Wnt/β-catenin Market (BIO-104)

• History: Forty years of attempts — still no clinically usable Wnt drug. A graveyard.
• Other approaches: PF-06647020 (PTK7), F7-ADC (FZD7), PROTAC, ASO, VHH antibodies.
• Differentiator: Where competitors hit "known" membrane proteins (FZD7, PTK7), Boostimmune attacks a self-discovered, Wnt-addicted novel membrane protein — a "Blue Ocean" target with potentially distinct response and safety profiles.

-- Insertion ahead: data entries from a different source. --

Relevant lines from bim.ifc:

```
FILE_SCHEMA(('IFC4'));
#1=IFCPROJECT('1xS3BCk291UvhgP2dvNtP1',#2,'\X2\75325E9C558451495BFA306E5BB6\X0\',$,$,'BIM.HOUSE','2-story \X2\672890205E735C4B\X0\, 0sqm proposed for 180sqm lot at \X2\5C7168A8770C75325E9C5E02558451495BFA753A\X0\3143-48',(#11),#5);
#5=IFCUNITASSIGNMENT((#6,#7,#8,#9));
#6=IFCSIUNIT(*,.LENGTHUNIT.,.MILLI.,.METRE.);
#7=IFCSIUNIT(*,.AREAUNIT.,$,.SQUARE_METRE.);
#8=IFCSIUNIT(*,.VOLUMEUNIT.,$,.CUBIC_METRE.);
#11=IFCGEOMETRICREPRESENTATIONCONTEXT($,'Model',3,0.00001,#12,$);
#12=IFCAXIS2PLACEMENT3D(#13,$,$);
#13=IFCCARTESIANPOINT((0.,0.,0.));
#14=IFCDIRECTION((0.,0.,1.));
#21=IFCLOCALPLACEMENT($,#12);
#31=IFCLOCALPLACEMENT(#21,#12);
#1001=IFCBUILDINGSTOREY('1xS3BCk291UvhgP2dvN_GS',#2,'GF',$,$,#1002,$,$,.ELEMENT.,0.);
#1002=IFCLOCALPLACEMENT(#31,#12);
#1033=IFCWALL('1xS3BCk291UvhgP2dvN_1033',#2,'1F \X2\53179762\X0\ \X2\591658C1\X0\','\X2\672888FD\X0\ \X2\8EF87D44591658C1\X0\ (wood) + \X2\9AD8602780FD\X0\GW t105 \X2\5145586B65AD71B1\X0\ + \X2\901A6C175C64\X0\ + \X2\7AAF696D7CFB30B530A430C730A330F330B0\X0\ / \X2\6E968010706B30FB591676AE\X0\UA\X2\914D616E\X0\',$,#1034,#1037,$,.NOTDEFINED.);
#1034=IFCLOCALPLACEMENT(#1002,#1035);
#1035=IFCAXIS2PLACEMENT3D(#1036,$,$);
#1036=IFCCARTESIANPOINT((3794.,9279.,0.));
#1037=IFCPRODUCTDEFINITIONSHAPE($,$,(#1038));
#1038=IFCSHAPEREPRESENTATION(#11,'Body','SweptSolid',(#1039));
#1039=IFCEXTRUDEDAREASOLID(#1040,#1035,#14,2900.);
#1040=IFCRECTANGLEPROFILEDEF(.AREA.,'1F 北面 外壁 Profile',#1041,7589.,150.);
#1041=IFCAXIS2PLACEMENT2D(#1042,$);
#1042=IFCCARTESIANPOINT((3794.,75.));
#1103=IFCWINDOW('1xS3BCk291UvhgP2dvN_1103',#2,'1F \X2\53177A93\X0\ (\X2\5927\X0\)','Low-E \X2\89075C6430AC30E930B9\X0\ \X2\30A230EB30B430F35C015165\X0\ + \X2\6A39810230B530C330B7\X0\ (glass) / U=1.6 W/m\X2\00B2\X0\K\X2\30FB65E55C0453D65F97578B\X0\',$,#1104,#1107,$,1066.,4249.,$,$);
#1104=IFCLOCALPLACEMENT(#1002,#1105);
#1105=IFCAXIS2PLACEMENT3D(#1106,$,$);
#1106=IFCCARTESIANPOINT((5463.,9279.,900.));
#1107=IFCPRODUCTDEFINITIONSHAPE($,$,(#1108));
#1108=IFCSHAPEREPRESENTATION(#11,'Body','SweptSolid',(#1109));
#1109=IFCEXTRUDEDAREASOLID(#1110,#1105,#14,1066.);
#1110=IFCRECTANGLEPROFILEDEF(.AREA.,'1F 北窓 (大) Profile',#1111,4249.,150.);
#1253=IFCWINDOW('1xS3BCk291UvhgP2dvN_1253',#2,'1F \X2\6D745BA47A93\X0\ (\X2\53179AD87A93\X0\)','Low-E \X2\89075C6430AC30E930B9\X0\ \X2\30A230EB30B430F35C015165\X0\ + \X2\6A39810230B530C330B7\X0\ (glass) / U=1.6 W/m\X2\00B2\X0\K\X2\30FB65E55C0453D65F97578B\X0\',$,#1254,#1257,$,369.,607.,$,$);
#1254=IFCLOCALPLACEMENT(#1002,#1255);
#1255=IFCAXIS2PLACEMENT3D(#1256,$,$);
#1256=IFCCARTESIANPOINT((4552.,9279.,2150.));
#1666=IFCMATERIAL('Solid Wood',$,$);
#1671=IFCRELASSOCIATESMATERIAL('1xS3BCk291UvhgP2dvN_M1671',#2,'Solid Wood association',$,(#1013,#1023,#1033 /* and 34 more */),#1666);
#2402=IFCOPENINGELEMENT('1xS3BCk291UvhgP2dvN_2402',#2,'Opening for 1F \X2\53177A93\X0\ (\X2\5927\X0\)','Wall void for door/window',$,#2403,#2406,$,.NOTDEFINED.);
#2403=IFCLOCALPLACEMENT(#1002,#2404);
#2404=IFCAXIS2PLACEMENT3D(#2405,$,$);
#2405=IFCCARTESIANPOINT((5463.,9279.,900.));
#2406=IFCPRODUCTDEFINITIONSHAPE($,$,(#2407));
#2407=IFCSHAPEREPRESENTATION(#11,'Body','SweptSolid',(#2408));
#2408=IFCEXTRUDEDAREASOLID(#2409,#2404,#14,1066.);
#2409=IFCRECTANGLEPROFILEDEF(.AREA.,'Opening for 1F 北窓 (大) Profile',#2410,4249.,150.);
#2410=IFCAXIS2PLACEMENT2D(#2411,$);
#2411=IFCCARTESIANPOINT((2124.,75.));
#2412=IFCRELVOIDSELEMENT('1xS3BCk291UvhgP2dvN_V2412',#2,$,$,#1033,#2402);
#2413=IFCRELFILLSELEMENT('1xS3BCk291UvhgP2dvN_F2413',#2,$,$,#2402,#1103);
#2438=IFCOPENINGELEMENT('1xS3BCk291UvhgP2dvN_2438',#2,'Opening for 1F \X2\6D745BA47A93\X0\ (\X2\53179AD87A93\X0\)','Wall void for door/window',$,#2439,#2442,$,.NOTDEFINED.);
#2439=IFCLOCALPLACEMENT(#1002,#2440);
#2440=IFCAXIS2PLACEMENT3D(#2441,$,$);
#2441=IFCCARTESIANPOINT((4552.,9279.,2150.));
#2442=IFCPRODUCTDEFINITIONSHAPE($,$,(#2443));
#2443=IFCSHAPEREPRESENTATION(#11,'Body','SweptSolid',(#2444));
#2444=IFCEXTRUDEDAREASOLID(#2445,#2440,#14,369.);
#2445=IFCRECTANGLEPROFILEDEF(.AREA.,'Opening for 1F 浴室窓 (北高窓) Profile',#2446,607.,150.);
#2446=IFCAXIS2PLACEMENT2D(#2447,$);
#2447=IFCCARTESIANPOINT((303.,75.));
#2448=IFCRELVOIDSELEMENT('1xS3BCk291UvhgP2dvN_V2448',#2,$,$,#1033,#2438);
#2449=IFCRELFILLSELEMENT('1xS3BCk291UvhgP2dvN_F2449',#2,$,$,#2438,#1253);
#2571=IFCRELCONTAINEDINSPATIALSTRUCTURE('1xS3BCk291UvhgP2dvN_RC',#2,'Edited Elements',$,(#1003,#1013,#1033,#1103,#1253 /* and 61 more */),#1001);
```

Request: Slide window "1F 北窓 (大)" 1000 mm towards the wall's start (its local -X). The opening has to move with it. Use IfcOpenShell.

```python
import ifcopenshell
import ifcopenshell.api.geometry
import ifcopenshell.util.placement
import ifcopenshell.util.unit

model = ifcopenshell.open("bim.ifc")
unit_scale = ifcopenshell.util.unit.calculate_unit_scale(model)

window = model.by_id(1103)
opening = window.FillsVoids[0].RelatingOpeningElement
wall = opening.VoidsElements[0].RelatingBuildingElement

wall_matrix = ifcopenshell.util.placement.get_local_placement(wall.ObjectPlacement)
shift = wall_matrix[:3, 0] * -1 / unit_scale
before = ifcopenshell.util.placement.get_local_placement(window.ObjectPlacement)[:3, 3].copy()

# The window is not placed relative to its opening, so move both.
for product in (opening, window):
    matrix = ifcopenshell.util.placement.get_local_placement(product.ObjectPlacement)
    matrix[:3, 3] += shift
    ifcopenshell.api.geometry.edit_object_placement(model, product=product, matrix=matrix, is_si=False)

after = ifcopenshell.util.placement.get_local_placement(window.ObjectPlacement)[:3, 3]
print("window moved by", (after - before).round(3) + 0.0)

model.write("bim-out.ifc")
```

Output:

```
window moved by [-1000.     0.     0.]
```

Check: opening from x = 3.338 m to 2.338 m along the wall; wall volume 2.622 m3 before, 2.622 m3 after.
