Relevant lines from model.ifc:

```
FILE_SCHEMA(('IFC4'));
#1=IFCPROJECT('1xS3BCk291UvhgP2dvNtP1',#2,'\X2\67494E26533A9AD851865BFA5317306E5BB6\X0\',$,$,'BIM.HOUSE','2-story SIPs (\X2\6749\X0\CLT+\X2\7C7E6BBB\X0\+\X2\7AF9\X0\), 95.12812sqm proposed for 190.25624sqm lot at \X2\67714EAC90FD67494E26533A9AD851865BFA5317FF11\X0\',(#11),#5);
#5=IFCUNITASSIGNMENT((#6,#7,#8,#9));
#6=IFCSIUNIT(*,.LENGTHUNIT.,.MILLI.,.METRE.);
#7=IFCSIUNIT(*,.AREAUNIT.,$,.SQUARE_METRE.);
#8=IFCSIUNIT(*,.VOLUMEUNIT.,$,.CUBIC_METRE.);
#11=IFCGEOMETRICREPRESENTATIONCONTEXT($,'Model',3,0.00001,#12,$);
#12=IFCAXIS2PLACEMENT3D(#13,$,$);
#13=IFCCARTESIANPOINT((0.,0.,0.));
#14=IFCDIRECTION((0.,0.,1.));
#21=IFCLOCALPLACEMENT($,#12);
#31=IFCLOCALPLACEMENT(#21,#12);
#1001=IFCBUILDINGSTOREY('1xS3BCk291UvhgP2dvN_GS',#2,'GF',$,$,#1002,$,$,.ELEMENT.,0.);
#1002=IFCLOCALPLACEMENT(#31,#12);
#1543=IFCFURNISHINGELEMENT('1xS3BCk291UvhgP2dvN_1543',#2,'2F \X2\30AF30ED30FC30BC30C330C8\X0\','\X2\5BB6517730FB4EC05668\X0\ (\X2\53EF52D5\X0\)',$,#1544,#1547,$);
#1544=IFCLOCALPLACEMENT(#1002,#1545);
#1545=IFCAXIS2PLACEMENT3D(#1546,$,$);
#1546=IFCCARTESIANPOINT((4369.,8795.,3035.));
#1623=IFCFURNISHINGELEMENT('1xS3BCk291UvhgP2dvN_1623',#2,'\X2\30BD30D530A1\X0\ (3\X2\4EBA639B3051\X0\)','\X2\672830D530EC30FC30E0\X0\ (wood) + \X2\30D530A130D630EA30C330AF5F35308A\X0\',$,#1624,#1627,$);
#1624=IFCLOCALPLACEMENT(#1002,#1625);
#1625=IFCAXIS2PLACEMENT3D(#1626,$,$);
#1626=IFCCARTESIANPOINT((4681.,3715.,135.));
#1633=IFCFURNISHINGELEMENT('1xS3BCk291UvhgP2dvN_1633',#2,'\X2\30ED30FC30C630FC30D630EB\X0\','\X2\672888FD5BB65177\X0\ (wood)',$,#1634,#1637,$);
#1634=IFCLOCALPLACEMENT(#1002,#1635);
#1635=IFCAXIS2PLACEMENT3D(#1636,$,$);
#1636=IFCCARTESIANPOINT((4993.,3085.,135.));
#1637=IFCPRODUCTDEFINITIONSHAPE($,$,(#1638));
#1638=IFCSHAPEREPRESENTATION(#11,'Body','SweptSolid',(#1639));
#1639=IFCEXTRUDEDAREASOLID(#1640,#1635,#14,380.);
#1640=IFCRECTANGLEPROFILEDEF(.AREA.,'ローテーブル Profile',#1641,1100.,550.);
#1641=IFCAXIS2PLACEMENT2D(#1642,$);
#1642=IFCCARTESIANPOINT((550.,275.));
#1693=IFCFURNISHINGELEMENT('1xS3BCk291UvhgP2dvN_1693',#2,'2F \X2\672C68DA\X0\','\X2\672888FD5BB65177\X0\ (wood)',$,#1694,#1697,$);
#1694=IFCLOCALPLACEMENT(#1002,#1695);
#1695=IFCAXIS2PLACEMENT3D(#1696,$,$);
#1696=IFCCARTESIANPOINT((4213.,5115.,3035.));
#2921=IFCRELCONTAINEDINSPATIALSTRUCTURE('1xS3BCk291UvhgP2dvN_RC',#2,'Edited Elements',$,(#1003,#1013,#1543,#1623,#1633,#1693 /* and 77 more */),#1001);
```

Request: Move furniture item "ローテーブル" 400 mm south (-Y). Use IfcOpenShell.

```python
import ifcopenshell
import ifcopenshell.api.geometry
import ifcopenshell.util.placement

model = ifcopenshell.open("model.ifc")

item = model.by_guid("1xS3BCk291UvhgP2dvN_1633")
matrix = ifcopenshell.util.placement.get_local_placement(item.ObjectPlacement)
matrix[1, 3] -= 400.0
ifcopenshell.api.geometry.edit_object_placement(model, product=item, matrix=matrix, is_si=False)

print(ifcopenshell.util.placement.get_local_placement(item.ObjectPlacement).round(3) + 0.0)

model.write("model-out.ifc")
```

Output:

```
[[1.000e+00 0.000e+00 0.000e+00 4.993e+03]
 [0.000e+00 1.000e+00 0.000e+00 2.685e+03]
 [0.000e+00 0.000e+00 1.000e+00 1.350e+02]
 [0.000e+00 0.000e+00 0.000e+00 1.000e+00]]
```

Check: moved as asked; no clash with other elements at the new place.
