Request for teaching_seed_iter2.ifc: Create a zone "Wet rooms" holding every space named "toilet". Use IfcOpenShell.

First a look at what the model holds.

```python
import ifcopenshell

model = ifcopenshell.open("teaching_seed_iter2.ifc")
print(model.schema)
seen = {}
for space in model.by_type("IfcSpace"):
    seen[space.LongName] = seen.get(space.LongName, 0) + 1
for name, count in sorted(seen.items(), key=str):
    print(count, "x", name)
print("zones:", [z.Name for z in model.by_type("IfcZone")][:20])
```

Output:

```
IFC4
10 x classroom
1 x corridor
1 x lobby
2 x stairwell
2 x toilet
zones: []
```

```python
import ifcopenshell
import ifcopenshell.api.group
import ifcopenshell.api.root

model = ifcopenshell.open("teaching_seed_iter2.ifc")

names = {"toilet"}
spaces = [s for s in model.by_type("IfcSpace") if s.LongName in names]

zone = ifcopenshell.api.root.create_entity(model, ifc_class="IfcZone", name="Wet rooms")
ifcopenshell.api.group.assign_group(model, products=spaces, group=zone)
print(len(spaces), "spaces in", zone.Name)

model.write("teaching_seed_iter2_v2.ifc")
```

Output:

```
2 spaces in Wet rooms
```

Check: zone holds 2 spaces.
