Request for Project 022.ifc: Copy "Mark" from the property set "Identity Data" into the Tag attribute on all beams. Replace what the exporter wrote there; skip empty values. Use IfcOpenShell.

First a look at what the model holds.

```python
import ifcopenshell
import ifcopenshell.util.element

model = ifcopenshell.open("Project 022.ifc")
print(model.schema)
beams = model.by_type("IfcBeam")
print(len(beams), "beams")
for e in beams[:8]:
    source = ifcopenshell.util.element.get_pset(e, "Identity Data", "Mark")
    target = e.Tag
    print(e.id(), repr(source), repr(target), sep=" | ")
```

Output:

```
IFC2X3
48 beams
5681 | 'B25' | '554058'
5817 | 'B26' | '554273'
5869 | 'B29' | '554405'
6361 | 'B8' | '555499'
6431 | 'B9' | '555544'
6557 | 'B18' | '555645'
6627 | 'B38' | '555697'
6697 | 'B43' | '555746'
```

```python
import ifcopenshell
import ifcopenshell.util.element

model = ifcopenshell.open("Project 022.ifc")

count = 0
for e in model.by_type("IfcBeam"):
    value = ifcopenshell.util.element.get_pset(e, "Identity Data", "Mark")
    current = e.Tag
    if not value or not value.strip() or current == value:
        continue
    e.Tag = value
    count += 1

print(count, "beams updated")

model.write("Project 022_v2.ifc")
```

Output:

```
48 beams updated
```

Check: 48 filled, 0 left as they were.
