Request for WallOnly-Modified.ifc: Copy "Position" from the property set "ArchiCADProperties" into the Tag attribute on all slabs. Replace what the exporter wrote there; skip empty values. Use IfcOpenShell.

First a look at what the model holds.

```python
import ifcopenshell
import ifcopenshell.util.element

model = ifcopenshell.open("WallOnly-Modified.ifc")
print(model.schema)
slabs = model.by_type("IfcSlab")
print(len(slabs), "slabs")
for e in slabs[:8]:
    source = ifcopenshell.util.element.get_pset(e, "ArchiCADProperties", "Position")
    target = e.Tag
    print(e.id(), repr(source), repr(target), sep=" | ")
```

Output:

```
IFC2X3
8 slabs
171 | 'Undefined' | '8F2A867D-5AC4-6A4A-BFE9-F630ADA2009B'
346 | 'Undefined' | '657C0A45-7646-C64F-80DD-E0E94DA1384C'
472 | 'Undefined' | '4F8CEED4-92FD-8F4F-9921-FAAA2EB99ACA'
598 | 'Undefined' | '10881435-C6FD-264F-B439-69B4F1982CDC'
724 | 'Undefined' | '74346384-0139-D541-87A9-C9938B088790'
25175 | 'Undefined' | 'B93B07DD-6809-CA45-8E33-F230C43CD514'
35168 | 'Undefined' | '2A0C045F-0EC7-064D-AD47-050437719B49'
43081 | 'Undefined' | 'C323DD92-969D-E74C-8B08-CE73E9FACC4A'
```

```python
import ifcopenshell
import ifcopenshell.util.element

model = ifcopenshell.open("WallOnly-Modified.ifc")

count = 0
for e in model.by_type("IfcSlab"):
    value = ifcopenshell.util.element.get_pset(e, "ArchiCADProperties", "Position")
    current = e.Tag
    if not value or not value.strip() or current == value:
        continue
    e.Tag = value
    count += 1

print(count, "slabs updated")

model.write("WallOnly-Modified-out.ifc")
```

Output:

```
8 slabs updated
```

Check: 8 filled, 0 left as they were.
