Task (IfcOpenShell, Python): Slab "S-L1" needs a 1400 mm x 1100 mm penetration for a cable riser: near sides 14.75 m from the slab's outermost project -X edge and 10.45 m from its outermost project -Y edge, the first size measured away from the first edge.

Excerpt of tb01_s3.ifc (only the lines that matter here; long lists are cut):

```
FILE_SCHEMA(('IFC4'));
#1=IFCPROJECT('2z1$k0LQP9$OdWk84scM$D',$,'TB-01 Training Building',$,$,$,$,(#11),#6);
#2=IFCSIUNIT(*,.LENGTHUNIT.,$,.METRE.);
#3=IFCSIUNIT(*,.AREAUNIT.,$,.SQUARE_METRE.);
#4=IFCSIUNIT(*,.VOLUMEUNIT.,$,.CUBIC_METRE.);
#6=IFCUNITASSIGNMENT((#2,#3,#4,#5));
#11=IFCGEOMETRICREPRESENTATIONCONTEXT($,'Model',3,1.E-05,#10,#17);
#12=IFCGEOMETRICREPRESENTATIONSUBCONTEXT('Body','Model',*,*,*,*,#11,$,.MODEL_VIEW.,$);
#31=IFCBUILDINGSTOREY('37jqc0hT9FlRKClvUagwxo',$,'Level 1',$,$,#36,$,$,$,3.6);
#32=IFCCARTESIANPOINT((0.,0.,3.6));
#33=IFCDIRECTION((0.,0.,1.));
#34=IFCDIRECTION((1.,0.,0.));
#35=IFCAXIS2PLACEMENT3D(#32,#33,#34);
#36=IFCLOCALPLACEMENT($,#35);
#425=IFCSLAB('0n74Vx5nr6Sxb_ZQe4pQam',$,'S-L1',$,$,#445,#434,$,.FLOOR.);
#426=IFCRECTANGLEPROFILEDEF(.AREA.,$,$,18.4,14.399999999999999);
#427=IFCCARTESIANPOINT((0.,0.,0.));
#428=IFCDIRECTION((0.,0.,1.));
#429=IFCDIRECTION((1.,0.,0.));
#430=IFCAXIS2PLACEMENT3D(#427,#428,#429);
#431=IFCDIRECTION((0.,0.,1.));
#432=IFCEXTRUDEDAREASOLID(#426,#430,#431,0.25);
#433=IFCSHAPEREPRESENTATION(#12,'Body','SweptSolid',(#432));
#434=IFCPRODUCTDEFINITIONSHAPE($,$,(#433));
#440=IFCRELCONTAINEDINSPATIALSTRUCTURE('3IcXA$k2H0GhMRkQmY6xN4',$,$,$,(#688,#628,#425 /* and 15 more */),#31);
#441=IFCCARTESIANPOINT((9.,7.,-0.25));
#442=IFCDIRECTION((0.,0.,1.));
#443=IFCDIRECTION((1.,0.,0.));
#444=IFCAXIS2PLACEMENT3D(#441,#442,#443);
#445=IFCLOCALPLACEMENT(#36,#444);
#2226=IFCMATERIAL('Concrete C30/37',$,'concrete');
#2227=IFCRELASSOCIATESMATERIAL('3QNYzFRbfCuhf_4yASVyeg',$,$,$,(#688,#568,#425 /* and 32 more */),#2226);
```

```python
import numpy as np
import ifcopenshell
import ifcopenshell.api.feature
import ifcopenshell.api.geometry
import ifcopenshell.api.root
import ifcopenshell.geom
import ifcopenshell.util.placement
import ifcopenshell.util.representation
import ifcopenshell.util.shape
import ifcopenshell.util.unit

model = ifcopenshell.open("tb01_s3.ifc")
unit_scale = ifcopenshell.util.unit.calculate_unit_scale(model)
settings = ifcopenshell.geom.settings()


def volume(element):
    """Net volume in cubic metres, openings subtracted."""
    shape = ifcopenshell.geom.create_shape(settings, element)
    return ifcopenshell.util.shape.get_volume(shape.geometry)


slab = model.by_id(425)
before = volume(slab)

# Extent in the slab's own axes, in metres. The edges named are its -X and -Y sides.
slab_shape = ifcopenshell.geom.create_shape(settings, slab)
vertices = ifcopenshell.util.shape.get_vertices(slab_shape.geometry)
x_min, y_min, bottom = vertices.min(axis=0)
top = vertices[:, 2].max()

opening = ifcopenshell.api.root.create_entity(model, ifc_class="IfcOpeningElement", name="Cable riser opening", predefined_type="OPENING")
context = ifcopenshell.util.representation.get_context(model, "Model", "Body", "MODEL_VIEW")
width, depth = 1.4, 1.1
outline = [(0.0, 0.0), (width, 0.0), (width, depth), (0.0, depth), (0.0, 0.0)]
# Overshoot both faces by 50 mm so the cut is clean.
shape = ifcopenshell.api.geometry.add_slab_representation(
    model, context=context, depth=top - bottom + 0.1, polyline=outline
)
ifcopenshell.api.geometry.assign_representation(model, product=opening, representation=shape)

matrix = ifcopenshell.util.placement.get_local_placement(slab.ObjectPlacement)
matrix[:, 3] = matrix @ np.append(np.array([x_min + 14.75, y_min + 10.45, bottom - 0.05]) / unit_scale, 1.0)
ifcopenshell.api.geometry.edit_object_placement(model, product=opening, matrix=matrix, is_si=False)
ifcopenshell.api.feature.add_feature(model, feature=opening, element=slab)

after = volume(slab)

print(f"slab volume {before:.3f} -> {after:.3f} m3")

model.write("tb01_s3_edited.ifc")
```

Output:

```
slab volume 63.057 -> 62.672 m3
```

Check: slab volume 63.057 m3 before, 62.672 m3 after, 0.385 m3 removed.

VI. Growth Strategy & Outlook

Last Eight Quarters — Key Event

The dominant event was the Series A close (₩17B, Jun 2022). The capital was earmarked for ① BIO-101 pre-clinical entry and clinical-trial material production, and ② ADC early development — a dual bet on "Series B valuation via BIO-101 IND" plus "ADC L/O optionality". The WuXi MOU ensures the cash flows into R&D itself rather than facilities.

Risks

• Scientific/pipeline risk: Every asset is either first-in-class or undruggable → enormous upside if it works, but pre-clinical failure odds are extreme. TCTP may not be central to MDSC suppression as hypothesized; the BIO-104 Wnt proxy target may not preserve the therapeutic window in human trials.
• Financial risk: With no revenue, any delay in L/O can push the company into capital impairment. Time pressure to reach Series B or L/O before runway runs out.

Potential Overhang — VC Exit

Official fact: No specific mezzanine (CB/EB) issuance is identified in the source materials.

Interpretation: The overhang risk lies not in bonds but in the Series A and earlier VC preferred stock (RCPS/CPS). These will convert into common stock at IPO; ~₩20B is a potentially sellable overhang once lock-ups expire. This is the standard growth arc for VC-backed biotech — the real risk is not the overhang itself but a scenario where the IPO valuation is too low relative to VC entry, triggering selling pressure. Globally-oriented investors like AJU IB and SV typically optimize for post-IPO performance and may stagger exits.